Start of Data supplied

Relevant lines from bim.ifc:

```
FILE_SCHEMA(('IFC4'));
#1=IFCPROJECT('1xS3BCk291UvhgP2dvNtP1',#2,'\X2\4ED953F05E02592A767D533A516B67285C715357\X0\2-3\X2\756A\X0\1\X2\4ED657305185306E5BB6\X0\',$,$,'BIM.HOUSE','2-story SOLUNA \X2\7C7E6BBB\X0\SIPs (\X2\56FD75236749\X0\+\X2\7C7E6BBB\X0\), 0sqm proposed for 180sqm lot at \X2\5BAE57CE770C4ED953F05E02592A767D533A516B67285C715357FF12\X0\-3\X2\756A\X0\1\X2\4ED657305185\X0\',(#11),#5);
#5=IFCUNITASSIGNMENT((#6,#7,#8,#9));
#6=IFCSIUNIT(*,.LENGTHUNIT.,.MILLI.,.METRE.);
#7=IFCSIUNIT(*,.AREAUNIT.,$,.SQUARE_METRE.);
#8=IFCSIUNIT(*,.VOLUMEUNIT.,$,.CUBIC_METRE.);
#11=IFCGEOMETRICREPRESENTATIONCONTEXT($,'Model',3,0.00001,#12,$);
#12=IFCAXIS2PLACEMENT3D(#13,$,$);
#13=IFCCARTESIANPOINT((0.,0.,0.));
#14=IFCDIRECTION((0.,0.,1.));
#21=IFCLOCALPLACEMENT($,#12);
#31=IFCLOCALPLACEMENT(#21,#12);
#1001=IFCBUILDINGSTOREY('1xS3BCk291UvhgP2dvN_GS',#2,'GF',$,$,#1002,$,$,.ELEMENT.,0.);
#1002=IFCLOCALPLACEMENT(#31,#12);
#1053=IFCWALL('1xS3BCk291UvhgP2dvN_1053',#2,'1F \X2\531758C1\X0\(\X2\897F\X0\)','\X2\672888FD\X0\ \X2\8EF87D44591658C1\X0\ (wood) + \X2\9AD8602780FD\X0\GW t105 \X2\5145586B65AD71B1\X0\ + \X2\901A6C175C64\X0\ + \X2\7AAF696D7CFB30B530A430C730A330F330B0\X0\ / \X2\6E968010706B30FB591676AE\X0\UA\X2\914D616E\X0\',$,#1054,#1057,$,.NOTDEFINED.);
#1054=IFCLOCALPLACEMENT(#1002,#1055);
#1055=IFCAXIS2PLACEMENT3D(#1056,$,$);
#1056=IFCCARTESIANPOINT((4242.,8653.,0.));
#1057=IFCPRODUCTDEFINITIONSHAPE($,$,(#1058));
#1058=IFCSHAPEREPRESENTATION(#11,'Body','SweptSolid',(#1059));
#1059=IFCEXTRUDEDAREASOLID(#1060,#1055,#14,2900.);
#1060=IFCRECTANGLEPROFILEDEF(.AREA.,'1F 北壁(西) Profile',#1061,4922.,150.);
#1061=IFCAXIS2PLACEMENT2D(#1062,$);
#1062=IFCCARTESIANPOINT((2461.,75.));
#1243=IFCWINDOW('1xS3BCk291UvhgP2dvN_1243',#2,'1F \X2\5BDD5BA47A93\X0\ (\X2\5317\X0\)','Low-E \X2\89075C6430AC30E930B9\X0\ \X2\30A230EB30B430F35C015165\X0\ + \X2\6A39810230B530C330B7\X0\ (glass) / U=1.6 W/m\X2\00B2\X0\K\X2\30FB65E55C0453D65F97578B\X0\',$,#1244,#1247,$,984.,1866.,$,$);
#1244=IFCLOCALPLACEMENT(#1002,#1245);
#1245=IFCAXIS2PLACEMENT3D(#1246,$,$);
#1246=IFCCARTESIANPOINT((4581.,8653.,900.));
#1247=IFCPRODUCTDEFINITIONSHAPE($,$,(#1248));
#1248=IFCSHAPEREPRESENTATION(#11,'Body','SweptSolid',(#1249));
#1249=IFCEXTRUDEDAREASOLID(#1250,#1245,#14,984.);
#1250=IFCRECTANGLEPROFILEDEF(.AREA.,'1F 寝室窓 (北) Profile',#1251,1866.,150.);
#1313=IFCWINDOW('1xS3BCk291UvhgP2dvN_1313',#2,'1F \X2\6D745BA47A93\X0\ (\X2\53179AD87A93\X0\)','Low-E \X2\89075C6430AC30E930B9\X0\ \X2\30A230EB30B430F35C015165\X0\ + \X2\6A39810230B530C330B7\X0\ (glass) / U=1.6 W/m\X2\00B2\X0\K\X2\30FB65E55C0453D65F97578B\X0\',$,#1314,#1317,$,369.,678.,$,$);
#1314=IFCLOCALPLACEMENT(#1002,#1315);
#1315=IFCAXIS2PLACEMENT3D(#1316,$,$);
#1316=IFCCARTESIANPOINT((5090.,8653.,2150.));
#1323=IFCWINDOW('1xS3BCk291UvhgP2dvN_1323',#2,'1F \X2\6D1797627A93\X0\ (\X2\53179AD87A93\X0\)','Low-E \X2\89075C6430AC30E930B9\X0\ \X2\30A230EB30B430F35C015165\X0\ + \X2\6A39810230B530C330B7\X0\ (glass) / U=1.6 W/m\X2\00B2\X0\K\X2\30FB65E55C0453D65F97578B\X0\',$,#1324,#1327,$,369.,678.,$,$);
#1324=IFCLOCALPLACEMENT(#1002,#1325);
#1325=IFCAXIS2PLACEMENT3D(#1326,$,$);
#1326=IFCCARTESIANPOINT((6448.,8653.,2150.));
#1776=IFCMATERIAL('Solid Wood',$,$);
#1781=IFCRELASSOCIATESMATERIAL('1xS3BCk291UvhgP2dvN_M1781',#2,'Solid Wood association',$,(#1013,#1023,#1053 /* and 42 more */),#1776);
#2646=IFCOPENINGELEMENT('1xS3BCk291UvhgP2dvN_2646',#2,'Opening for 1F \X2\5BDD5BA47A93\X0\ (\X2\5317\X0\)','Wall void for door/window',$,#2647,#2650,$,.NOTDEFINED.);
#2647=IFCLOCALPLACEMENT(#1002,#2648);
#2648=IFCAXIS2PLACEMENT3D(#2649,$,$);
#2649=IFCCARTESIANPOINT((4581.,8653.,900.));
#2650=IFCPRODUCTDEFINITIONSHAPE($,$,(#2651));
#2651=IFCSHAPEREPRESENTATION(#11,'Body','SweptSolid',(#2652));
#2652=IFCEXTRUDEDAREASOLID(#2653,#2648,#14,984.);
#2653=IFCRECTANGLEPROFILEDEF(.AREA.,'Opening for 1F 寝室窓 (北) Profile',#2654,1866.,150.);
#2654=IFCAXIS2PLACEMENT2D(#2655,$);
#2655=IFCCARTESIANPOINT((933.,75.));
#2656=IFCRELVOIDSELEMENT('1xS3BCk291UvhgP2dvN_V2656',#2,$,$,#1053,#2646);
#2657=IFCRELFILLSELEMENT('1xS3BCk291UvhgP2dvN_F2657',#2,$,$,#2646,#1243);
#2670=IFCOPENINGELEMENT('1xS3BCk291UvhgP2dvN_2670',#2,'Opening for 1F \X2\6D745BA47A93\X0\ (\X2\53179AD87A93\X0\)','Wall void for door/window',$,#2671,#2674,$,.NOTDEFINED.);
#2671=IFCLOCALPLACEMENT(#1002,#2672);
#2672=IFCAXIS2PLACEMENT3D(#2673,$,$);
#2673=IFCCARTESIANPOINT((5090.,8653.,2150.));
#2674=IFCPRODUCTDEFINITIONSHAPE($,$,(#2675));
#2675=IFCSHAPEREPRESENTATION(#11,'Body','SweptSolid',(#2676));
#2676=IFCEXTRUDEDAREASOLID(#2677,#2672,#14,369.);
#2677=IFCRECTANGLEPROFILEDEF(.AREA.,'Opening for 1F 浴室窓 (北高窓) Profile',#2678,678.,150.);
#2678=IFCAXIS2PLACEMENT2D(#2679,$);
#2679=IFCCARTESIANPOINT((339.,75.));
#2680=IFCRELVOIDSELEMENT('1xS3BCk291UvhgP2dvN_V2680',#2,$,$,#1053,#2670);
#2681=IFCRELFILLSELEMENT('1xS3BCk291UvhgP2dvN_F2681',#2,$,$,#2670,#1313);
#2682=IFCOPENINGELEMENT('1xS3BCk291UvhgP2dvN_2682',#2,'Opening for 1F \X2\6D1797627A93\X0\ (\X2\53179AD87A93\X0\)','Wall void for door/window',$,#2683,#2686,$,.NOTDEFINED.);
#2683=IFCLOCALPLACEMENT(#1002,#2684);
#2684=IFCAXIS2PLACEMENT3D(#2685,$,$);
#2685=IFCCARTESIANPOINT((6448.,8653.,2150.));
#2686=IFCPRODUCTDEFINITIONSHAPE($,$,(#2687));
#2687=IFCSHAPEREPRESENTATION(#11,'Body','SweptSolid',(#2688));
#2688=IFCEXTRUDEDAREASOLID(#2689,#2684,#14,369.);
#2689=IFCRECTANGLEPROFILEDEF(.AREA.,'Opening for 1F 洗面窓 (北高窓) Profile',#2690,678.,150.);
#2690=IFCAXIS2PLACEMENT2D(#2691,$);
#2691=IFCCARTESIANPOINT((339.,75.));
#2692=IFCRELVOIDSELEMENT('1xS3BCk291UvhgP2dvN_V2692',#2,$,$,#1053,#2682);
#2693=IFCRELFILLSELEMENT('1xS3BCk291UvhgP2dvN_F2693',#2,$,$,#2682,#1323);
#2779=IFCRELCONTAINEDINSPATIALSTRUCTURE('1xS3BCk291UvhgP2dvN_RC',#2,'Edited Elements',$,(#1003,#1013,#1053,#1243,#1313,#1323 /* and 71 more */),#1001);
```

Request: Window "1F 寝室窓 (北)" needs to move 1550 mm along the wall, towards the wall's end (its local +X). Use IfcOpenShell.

```python
import ifcopenshell
import ifcopenshell.api.geometry
import ifcopenshell.util.placement
import ifcopenshell.util.unit

model = ifcopenshell.open("bim.ifc")
unit_scale = ifcopenshell.util.unit.calculate_unit_scale(model)

window = model.by_guid("1xS3BCk291UvhgP2dvN_1243")
opening = window.FillsVoids[0].RelatingOpeningElement
wall = opening.VoidsElements[0].RelatingBuildingElement

wall_matrix = ifcopenshell.util.placement.get_local_placement(wall.ObjectPlacement)
shift = wall_matrix[:3, 0] * 1.55 / unit_scale
before = ifcopenshell.util.placement.get_local_placement(window.ObjectPlacement)[:3, 3].copy()

# The window is not placed relative to its opening, so move both.
for product in (opening, window):
    matrix = ifcopenshell.util.placement.get_local_placement(product.ObjectPlacement)
    matrix[:3, 3] += shift
    ifcopenshell.api.geometry.edit_object_placement(model, product=product, matrix=matrix, is_si=False)

after = ifcopenshell.util.placement.get_local_placement(window.ObjectPlacement)[:3, 3]
print("window moved by", (after - before).round(3) + 0.0)

model.write("bim_updated.ifc")
```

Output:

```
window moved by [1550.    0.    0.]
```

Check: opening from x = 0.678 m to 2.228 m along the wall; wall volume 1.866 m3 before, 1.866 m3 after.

End of Data supplied

A single number is required: the count of lines in the entries that include the word "more".

2